What’s happening with office space?

New job growth fell dramatically in May and there were significant layoffs in the computer sector which were affected by Hewlett Packard laying off 27,000 employees. During the recession, we lost 6.8% of our jobs and we are still down approximately 3.8% from pre-recession levels. The graphs below paint a picture of where we are today.

During the recession, companies have used lean engineering to become more efficient. Most corporate entities have demonstrated an ability to do more with less. This is evidenced by corporate profits and cash on hand in the corporate coffers. While major corporations are performing well and making money, why are we not seeing job growth?  Most economists are of the opinion that there is still a great deal of uncertainty in the economy related to the regulatory environment, elections and debt crisis in Europe.
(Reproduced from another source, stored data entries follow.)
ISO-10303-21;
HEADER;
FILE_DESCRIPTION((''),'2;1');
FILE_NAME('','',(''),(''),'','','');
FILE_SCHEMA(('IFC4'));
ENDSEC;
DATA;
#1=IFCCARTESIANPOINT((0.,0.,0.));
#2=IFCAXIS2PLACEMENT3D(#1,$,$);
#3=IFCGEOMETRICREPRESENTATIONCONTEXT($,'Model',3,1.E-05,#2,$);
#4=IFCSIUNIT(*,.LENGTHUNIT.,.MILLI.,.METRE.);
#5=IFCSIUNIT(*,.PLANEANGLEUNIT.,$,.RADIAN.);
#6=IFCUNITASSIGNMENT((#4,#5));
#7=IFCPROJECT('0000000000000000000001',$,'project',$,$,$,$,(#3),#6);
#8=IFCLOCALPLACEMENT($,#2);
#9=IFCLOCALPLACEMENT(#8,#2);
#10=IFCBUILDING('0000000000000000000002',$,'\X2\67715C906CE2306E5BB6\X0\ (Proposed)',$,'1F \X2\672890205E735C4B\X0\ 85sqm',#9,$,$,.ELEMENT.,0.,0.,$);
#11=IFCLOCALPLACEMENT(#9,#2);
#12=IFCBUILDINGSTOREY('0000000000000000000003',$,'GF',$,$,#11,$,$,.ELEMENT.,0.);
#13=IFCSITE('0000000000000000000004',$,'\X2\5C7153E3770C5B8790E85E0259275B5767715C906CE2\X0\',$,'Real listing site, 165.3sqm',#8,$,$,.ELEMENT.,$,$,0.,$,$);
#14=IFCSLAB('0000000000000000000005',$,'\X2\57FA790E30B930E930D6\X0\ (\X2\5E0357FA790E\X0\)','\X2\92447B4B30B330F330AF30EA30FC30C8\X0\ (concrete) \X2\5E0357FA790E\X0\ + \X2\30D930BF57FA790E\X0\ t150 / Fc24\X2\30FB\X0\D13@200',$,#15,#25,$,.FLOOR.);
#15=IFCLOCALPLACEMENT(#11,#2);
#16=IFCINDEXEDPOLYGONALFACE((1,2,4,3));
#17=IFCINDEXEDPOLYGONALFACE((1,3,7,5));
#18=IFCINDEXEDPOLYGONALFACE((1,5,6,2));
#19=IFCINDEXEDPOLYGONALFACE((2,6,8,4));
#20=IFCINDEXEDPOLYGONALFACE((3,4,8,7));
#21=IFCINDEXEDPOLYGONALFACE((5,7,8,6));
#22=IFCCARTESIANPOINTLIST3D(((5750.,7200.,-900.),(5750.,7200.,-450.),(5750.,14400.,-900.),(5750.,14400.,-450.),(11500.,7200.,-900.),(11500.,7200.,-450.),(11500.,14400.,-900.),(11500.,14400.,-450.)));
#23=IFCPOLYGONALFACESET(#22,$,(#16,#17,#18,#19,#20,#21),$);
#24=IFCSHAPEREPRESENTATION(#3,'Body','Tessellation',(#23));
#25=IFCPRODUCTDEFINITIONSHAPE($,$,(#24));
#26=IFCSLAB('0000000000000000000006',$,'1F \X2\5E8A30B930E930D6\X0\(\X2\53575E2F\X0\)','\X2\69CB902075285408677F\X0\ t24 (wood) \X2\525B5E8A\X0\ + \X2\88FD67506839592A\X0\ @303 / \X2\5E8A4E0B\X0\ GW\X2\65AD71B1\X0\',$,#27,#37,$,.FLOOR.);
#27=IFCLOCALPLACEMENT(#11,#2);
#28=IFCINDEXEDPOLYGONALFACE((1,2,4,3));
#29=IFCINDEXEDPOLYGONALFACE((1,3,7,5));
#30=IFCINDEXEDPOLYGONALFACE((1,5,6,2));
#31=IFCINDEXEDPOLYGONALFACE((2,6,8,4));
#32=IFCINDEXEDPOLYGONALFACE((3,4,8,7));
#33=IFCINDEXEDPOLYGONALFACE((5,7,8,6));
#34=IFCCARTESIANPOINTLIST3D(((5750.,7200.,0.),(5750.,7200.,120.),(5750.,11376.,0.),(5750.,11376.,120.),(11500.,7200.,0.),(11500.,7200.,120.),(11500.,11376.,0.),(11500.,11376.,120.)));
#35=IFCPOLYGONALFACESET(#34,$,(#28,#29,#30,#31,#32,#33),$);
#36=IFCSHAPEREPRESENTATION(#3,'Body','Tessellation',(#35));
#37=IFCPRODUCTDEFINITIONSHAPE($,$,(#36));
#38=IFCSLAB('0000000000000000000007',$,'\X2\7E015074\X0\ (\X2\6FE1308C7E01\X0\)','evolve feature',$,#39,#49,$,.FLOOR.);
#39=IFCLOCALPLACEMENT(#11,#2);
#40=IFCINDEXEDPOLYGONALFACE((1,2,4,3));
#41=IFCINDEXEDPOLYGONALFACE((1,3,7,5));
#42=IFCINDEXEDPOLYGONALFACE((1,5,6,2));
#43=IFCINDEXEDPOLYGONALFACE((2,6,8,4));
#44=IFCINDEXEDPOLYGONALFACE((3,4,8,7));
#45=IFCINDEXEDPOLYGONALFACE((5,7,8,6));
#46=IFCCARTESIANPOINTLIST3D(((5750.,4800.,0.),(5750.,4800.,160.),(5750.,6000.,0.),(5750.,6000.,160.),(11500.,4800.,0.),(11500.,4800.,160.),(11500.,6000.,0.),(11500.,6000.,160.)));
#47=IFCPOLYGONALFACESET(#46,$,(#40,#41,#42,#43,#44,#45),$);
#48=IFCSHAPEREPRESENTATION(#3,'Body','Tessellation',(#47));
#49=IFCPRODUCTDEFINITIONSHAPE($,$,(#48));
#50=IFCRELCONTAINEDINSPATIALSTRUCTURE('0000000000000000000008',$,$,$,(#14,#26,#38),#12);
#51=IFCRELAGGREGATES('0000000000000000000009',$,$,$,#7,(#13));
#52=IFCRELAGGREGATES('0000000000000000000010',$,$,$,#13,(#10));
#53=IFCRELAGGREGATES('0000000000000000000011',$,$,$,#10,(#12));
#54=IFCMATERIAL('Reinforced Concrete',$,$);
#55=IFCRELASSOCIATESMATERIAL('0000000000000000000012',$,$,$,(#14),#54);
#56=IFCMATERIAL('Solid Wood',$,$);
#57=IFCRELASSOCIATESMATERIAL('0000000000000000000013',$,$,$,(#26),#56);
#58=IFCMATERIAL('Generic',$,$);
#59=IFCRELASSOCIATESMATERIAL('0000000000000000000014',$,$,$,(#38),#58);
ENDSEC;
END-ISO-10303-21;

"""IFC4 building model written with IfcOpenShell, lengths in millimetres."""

from ifc_helpers import new_model, si_unit, frame, frame_2d, origin, place, context, project, spatial, rectangle, extrude, material, element, save


model = new_model("IFC4")

# Units and contexts
model_context = context("Model", 3, precision=1e-05, world=origin())
ifc_project = project(units=[si_unit("LENGTHUNIT", "METRE", prefix="MILLI"), si_unit("PLANEANGLEUNIT", "RADIAN")], contexts=[model_context])

# Site, building, storey
site_placement = place(None, origin())
site = spatial("IfcSite", under=ifc_project, at=site_placement, Name="山口県宇部市大字東岐波", ObjectType="Real listing site, 165.3sqm", CompositionType="ELEMENT", RefElevation=0.0)
building_placement = place(site_placement, origin())
building = spatial("IfcBuilding", under=site, at=building_placement, Name="東岐波の家 (Proposed)", ObjectType="1F 木造平屋 85sqm", CompositionType="ELEMENT", ElevationOfRefHeight=0.0, ElevationOfTerrain=0.0)
storey_placement = place(building_placement, origin())
storey = spatial("IfcBuildingStorey", under=building, at=storey_placement, Name="GF", CompositionType="ELEMENT", Elevation=0.0)

# Slabs
ifc_material_1 = material(Name="Reinforced Concrete")
slab_1_placement = place(storey_placement, frame((2875.0, 3600.0, -450.0)))
element("IfcSlab", 1, at=slab_1_placement, inside=storey, material=ifc_material_1, Name="基礎スラブ (布基礎)", Description="鉄筋コンクリート (concrete) 布基礎 + ベタ基礎 t150 / Fc24・D13@200", PredefinedType="FLOOR", context=model_context, shape_type="SweptSolid", body=[
    extrude(rectangle(XDim=5750.0, YDim=7200.0, at=frame_2d((2875.0, 3600.0))), frame((2875.0, 3600.0, -450.0)), (0.0, 0.0, 1.0), 450.0),
])
ifc_material_2 = material(Name="Solid Wood")
slab_2_placement = place(storey_placement, frame((2875.0, 3600.0, 0.0)))
element("IfcSlab", 2, at=slab_2_placement, inside=storey, material=ifc_material_2, Name="1F 床スラブ(南帯)", Description="構造用合板 t24 (wood) 剛床 + 製材根太 @303 / 床下 GW断熱", PredefinedType="FLOOR", context=model_context, shape_type="SweptSolid", body=[
    extrude(rectangle(XDim=5750.0, YDim=4176.0, at=frame_2d((2875.0, 2088.0))), frame((2875.0, 3600.0, 0.0)), (0.0, 0.0, 1.0), 120.0),
])
ifc_material_3 = material(Name="Generic")
slab_3_placement = place(storey_placement, frame((2875.0, 2400.0, 0.0)))
element("IfcSlab", 3, at=slab_3_placement, inside=storey, material=ifc_material_3, Name="縁側 (濡れ縁)", Description="evolve feature", PredefinedType="FLOOR", context=model_context, shape_type="SweptSolid", body=[
    extrude(rectangle(XDim=5750.0, YDim=1200.0, at=frame_2d((2875.0, 600.0))), frame((2875.0, 2400.0, 0.0)), (0.0, 0.0, 1.0), 160.0),
])

save(model, "model.ifc")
These forces have created a head wind that has prevented many employers from expanding, or making capital investment. The net result is decision paralysis on hiring new employees. Most office markets are also impacted by aging stock, surplus of inventory and significant shadow space with the exception of San Francisco, New York, Austin and a few other markets.

Recently, I had the opportunity to hear Richard Rosen, President of the Urban Land Institute Foundation, speak at a Nashville event. He made the comment that office space may become the dinosaur of the future. He contended that continued slow job growth would mitigate demand for new buildings. The corporate drive for increased efficiency would lead a trend towards higher density, growth of the home office and shared plug and play office space. He went on to say that the E Commerce and technology sector was demanding non-traditional spaces. These technology companies want non-traditional, loft type buildings that complement the creative environment demanded by this growing sector.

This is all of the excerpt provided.